** Opening Records to use block **
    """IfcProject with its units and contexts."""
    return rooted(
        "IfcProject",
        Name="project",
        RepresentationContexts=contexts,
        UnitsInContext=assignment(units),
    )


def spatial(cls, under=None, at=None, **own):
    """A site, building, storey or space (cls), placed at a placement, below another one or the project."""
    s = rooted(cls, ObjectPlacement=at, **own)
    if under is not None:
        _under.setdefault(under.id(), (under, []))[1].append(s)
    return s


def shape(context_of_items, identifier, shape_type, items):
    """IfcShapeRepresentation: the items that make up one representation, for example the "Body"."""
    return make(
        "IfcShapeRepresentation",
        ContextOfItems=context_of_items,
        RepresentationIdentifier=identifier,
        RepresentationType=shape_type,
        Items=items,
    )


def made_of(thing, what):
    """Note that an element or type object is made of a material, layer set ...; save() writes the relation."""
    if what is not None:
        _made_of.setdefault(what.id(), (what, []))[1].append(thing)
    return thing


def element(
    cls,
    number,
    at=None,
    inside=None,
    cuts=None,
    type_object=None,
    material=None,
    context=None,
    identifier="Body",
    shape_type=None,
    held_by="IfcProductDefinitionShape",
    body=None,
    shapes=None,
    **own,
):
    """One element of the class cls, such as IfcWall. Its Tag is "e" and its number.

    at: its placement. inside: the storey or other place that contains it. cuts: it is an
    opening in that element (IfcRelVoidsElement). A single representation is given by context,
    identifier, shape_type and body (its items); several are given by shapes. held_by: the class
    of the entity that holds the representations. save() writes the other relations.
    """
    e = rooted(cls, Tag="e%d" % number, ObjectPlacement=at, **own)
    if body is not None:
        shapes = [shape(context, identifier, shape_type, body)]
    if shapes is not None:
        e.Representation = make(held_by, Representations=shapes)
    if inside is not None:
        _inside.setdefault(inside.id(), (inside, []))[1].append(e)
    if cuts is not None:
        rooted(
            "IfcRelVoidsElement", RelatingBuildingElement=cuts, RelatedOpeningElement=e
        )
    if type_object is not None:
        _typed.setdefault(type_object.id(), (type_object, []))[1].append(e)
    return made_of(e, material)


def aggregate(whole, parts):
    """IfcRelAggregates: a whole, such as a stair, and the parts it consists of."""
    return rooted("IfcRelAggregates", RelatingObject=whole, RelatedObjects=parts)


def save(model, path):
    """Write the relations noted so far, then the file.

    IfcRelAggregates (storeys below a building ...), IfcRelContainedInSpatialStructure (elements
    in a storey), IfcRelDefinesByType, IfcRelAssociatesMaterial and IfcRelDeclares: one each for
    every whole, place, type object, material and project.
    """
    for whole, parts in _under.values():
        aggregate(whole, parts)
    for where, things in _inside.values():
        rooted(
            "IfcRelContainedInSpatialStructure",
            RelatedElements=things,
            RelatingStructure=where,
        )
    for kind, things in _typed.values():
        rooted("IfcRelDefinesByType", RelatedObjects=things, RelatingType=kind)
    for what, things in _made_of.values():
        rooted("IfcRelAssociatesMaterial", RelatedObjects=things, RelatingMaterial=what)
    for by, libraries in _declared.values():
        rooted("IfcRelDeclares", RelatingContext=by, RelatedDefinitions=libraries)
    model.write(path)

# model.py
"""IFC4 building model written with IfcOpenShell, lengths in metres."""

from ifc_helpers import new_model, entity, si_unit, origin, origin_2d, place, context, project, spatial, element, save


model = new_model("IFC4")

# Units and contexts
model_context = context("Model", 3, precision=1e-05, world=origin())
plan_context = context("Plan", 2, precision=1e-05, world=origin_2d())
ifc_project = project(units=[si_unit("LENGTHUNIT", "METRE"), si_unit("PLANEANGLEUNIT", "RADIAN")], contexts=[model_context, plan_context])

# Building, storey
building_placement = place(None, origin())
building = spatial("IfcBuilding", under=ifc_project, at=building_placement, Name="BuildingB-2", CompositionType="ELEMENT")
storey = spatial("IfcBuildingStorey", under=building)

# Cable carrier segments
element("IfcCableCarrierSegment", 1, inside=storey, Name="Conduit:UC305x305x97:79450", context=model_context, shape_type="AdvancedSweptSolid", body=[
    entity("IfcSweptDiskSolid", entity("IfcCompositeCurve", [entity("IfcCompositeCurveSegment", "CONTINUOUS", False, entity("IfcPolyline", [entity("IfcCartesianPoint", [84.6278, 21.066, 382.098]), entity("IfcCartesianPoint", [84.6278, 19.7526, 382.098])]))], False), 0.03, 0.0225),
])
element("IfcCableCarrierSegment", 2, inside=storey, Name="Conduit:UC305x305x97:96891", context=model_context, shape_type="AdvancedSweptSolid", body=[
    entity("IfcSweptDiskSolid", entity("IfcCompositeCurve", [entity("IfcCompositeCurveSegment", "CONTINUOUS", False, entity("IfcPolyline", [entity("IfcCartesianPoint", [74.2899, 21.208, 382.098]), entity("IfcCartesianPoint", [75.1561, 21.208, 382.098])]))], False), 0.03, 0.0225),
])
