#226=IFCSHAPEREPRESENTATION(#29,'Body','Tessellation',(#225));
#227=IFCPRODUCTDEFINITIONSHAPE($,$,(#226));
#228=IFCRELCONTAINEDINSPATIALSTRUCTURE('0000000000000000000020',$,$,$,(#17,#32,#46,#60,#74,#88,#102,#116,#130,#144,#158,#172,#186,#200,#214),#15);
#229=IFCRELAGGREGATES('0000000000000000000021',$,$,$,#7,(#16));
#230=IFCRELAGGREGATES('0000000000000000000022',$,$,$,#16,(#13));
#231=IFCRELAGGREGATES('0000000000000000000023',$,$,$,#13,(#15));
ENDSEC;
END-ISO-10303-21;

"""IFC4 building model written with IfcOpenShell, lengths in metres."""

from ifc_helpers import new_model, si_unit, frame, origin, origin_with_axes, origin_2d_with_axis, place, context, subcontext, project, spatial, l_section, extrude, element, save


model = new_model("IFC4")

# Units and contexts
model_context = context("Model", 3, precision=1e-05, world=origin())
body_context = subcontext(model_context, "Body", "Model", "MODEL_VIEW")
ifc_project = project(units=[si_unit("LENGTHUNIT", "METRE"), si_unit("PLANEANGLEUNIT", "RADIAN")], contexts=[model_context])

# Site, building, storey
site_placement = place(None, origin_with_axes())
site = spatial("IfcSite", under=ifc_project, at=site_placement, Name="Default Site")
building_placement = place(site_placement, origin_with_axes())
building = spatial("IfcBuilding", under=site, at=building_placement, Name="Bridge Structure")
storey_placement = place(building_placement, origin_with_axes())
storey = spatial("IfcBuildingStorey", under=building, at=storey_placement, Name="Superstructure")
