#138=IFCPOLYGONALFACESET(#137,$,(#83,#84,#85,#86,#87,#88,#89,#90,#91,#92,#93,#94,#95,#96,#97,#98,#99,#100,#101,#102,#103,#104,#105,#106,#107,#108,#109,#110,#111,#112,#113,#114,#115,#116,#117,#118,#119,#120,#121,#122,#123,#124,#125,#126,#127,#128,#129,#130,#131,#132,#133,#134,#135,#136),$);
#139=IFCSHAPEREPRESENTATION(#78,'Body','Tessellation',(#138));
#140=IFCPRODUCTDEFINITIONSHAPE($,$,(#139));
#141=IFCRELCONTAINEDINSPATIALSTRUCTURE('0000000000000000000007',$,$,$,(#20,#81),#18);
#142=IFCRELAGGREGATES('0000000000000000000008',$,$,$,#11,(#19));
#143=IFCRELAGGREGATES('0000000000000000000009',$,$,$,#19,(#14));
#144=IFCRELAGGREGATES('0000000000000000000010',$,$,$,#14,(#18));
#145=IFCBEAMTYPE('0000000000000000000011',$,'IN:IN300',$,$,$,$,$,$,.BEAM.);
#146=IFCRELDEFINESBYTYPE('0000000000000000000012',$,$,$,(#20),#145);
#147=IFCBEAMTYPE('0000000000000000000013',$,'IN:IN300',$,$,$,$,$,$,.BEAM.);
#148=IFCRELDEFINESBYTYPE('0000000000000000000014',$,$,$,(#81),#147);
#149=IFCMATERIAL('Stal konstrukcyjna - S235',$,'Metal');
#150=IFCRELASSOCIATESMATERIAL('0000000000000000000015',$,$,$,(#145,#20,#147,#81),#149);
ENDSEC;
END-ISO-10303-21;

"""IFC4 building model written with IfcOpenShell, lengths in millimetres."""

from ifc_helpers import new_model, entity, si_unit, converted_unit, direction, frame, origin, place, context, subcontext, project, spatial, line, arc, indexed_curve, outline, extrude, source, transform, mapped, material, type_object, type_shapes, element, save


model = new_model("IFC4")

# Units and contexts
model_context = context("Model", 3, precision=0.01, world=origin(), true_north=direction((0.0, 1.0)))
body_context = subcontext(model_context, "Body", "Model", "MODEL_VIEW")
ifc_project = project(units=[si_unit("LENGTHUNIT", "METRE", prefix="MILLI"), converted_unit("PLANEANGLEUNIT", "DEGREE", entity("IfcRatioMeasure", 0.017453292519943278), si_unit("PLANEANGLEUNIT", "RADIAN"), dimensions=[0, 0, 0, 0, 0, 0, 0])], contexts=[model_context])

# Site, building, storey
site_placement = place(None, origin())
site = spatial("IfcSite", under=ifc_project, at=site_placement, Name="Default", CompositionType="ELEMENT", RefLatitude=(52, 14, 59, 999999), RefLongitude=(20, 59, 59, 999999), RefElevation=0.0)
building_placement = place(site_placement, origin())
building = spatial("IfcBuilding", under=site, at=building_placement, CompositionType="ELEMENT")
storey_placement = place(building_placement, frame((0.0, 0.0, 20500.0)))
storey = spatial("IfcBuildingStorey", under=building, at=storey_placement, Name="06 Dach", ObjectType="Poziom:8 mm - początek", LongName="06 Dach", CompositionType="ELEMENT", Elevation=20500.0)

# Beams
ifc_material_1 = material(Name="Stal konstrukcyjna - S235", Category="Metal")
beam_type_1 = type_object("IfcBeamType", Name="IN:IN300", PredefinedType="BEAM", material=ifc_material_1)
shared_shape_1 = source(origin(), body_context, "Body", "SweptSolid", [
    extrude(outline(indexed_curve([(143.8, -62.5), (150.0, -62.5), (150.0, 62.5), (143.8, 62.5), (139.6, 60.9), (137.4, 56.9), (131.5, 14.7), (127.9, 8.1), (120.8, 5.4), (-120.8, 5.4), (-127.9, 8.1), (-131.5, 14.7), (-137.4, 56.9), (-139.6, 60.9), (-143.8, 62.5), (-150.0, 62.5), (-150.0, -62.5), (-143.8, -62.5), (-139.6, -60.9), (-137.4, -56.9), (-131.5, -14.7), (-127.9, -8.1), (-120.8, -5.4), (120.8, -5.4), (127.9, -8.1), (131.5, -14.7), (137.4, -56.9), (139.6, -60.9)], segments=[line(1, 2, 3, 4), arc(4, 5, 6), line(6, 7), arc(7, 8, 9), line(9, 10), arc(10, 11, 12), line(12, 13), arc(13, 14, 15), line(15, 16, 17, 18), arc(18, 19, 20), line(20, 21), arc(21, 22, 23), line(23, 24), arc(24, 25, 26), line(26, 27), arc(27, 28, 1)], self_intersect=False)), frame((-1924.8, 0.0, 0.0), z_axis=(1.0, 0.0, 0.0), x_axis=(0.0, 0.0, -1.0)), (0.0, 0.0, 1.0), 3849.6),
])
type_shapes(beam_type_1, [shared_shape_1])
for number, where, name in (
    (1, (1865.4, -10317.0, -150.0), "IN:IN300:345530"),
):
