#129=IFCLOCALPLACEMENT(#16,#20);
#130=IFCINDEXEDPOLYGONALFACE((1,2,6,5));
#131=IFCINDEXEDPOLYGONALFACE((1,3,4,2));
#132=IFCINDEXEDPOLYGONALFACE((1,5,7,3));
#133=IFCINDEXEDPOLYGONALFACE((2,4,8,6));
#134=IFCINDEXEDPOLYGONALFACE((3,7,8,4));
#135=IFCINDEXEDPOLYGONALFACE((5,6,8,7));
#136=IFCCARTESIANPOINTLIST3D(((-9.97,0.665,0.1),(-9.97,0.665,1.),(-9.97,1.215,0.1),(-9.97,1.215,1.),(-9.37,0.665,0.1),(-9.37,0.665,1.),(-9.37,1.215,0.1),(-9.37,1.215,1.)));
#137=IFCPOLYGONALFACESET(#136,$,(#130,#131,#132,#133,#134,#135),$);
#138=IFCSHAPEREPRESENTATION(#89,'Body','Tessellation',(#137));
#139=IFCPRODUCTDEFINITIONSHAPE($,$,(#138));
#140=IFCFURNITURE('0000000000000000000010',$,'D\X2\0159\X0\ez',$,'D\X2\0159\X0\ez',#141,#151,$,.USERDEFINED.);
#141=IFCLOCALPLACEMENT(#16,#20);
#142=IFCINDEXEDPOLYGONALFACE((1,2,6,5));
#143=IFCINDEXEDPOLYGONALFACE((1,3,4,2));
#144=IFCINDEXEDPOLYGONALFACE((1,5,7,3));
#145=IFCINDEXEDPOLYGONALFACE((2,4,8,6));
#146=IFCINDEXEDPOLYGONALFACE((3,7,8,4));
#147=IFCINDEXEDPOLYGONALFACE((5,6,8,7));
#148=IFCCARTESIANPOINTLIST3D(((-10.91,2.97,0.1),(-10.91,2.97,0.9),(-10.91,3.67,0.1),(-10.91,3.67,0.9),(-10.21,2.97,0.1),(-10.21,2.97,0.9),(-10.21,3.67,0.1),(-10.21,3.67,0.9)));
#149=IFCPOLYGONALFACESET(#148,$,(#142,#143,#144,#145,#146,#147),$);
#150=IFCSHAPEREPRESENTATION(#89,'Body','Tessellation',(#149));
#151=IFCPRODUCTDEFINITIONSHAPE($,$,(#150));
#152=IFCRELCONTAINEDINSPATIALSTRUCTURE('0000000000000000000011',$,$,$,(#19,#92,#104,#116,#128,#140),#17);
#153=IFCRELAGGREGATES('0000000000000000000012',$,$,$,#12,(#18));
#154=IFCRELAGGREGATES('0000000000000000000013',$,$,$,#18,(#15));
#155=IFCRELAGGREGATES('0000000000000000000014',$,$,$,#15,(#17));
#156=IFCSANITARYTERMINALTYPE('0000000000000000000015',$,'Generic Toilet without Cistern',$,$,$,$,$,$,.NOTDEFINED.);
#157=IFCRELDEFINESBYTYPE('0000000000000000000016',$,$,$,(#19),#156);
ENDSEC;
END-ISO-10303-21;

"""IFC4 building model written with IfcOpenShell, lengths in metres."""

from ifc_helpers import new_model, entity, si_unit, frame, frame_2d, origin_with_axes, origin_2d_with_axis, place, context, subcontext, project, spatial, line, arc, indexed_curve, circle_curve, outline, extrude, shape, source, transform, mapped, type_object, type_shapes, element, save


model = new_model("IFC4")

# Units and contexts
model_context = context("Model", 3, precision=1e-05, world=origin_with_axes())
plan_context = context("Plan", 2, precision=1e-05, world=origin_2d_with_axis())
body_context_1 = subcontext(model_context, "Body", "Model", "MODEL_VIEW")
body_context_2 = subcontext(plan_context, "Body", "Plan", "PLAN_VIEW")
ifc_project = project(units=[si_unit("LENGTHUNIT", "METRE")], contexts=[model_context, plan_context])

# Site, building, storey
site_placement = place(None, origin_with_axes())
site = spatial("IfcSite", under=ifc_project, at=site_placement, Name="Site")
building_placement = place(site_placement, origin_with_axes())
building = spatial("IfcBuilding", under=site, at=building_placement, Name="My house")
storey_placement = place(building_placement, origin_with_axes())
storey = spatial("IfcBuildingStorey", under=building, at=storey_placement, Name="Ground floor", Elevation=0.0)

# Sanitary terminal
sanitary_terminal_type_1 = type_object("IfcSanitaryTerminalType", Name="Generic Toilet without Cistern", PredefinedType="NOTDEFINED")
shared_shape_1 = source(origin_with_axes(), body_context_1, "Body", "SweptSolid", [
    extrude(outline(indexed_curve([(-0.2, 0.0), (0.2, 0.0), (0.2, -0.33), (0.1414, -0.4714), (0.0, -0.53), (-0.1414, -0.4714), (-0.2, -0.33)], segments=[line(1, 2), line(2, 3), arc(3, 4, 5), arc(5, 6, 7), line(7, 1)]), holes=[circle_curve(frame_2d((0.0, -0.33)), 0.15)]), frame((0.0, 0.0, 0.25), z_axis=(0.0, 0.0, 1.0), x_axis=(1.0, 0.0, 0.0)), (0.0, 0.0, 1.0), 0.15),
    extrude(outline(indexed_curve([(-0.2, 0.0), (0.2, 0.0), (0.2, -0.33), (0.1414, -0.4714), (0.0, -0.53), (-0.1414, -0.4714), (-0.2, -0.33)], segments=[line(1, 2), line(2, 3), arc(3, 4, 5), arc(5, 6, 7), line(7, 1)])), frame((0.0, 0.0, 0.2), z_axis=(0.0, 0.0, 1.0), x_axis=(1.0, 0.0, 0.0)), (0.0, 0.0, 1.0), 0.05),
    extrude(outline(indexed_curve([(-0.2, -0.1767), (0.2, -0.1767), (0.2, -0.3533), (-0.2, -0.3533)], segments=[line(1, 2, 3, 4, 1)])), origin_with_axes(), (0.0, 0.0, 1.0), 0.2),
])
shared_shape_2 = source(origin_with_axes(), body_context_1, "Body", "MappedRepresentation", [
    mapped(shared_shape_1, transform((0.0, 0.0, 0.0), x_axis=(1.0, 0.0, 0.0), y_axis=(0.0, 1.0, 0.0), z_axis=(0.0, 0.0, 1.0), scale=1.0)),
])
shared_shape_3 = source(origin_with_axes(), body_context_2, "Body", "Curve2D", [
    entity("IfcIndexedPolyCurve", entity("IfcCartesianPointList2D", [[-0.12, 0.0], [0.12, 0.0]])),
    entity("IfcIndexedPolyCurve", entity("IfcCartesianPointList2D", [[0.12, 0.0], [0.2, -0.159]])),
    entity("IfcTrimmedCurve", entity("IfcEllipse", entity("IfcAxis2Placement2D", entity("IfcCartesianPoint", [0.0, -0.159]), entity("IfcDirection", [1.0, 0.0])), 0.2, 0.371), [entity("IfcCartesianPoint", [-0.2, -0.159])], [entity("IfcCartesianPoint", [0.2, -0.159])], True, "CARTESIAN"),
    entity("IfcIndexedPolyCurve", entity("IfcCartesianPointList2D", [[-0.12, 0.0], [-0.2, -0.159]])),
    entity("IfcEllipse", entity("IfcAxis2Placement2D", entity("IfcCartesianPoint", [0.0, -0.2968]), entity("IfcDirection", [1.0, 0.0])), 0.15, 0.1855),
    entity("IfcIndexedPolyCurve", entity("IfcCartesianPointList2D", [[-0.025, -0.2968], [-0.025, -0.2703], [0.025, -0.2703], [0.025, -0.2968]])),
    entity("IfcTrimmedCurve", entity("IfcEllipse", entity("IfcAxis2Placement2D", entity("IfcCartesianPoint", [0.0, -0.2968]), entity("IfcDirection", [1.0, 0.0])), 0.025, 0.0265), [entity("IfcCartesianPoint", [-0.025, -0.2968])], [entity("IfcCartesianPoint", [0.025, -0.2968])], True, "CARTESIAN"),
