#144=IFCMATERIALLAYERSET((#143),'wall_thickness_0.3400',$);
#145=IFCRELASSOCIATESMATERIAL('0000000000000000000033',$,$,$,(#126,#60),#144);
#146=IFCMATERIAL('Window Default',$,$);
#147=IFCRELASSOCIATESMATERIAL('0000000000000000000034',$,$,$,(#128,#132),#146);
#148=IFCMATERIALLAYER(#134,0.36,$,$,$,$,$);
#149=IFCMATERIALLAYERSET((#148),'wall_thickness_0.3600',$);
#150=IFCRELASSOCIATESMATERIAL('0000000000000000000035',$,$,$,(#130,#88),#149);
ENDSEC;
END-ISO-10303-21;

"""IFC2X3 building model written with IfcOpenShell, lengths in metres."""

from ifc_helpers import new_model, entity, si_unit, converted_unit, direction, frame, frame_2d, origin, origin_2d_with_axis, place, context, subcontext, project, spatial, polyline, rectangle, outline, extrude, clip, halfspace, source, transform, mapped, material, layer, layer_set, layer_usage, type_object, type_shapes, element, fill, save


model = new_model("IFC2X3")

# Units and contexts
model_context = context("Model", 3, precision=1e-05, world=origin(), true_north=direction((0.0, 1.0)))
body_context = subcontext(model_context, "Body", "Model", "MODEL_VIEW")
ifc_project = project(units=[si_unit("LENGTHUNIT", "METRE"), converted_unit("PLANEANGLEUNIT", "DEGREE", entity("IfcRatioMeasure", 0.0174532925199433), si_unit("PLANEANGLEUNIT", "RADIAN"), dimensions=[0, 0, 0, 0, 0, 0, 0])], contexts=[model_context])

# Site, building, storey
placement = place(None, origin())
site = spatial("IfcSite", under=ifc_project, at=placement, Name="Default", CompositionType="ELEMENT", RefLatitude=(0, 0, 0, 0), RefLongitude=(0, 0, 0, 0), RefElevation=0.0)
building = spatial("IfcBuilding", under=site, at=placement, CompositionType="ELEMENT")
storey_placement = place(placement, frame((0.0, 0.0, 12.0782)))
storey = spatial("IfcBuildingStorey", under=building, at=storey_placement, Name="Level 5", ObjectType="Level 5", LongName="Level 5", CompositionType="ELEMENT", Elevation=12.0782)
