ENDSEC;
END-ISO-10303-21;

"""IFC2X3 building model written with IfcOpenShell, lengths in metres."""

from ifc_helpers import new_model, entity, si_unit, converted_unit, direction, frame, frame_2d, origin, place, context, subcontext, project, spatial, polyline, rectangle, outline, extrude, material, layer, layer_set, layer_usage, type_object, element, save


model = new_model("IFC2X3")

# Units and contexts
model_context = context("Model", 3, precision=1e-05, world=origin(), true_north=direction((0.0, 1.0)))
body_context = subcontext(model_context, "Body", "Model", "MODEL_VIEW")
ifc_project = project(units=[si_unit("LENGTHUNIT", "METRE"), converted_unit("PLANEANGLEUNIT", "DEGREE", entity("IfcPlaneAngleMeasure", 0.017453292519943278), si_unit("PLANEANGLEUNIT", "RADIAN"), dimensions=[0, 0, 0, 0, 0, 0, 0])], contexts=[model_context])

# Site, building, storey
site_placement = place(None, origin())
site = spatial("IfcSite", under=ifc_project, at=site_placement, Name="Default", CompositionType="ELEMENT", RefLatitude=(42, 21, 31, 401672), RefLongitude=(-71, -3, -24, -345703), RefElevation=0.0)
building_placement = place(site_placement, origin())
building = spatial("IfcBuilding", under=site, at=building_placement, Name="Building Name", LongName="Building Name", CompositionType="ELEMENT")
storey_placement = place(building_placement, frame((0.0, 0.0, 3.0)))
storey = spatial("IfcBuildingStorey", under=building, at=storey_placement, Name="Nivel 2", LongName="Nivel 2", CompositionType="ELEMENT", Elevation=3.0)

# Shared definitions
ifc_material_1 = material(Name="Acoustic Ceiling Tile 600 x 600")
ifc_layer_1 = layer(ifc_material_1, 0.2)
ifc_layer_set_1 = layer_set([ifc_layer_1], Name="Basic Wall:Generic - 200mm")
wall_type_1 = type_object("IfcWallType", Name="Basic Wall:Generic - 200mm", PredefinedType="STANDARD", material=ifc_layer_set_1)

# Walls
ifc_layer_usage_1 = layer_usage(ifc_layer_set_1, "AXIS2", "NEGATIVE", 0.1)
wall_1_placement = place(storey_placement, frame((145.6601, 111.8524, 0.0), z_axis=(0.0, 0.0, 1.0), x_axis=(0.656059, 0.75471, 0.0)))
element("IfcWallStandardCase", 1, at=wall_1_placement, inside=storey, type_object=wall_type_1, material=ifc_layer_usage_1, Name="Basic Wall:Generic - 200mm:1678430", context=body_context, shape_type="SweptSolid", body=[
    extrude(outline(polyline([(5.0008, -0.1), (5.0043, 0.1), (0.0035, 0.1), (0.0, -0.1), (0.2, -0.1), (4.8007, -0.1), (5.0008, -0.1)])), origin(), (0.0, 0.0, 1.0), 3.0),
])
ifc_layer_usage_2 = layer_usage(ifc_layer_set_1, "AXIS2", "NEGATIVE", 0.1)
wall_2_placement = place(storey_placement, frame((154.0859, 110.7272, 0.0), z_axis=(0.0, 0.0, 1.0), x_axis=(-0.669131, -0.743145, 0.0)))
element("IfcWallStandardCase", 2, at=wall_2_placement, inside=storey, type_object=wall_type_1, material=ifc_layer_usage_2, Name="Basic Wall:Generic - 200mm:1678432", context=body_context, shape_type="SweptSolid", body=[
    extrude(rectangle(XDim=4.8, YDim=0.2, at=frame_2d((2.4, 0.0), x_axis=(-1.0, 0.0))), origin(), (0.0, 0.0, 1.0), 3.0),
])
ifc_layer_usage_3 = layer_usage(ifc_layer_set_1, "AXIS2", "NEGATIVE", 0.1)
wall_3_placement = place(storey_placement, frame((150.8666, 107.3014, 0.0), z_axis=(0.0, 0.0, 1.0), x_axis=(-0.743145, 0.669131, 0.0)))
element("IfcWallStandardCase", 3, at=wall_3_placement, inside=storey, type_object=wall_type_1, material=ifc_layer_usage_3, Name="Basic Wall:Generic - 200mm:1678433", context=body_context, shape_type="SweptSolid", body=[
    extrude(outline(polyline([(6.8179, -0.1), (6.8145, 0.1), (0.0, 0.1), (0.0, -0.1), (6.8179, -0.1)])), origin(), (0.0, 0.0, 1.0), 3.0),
** Closing Records to use block **
**Directions**
Return, from the material above, every line with the word "things".

**Exercise solution**
    for where, things in _inside.values():
            RelatedElements=things,
    for kind, things in _typed.values():
        rooted("IfcRelDefinesByType", RelatedObjects=things, RelatingType=kind)
    for what, things in _made_of.values():
        rooted("IfcRelAssociatesMaterial", RelatedObjects=things, RelatingMaterial=what)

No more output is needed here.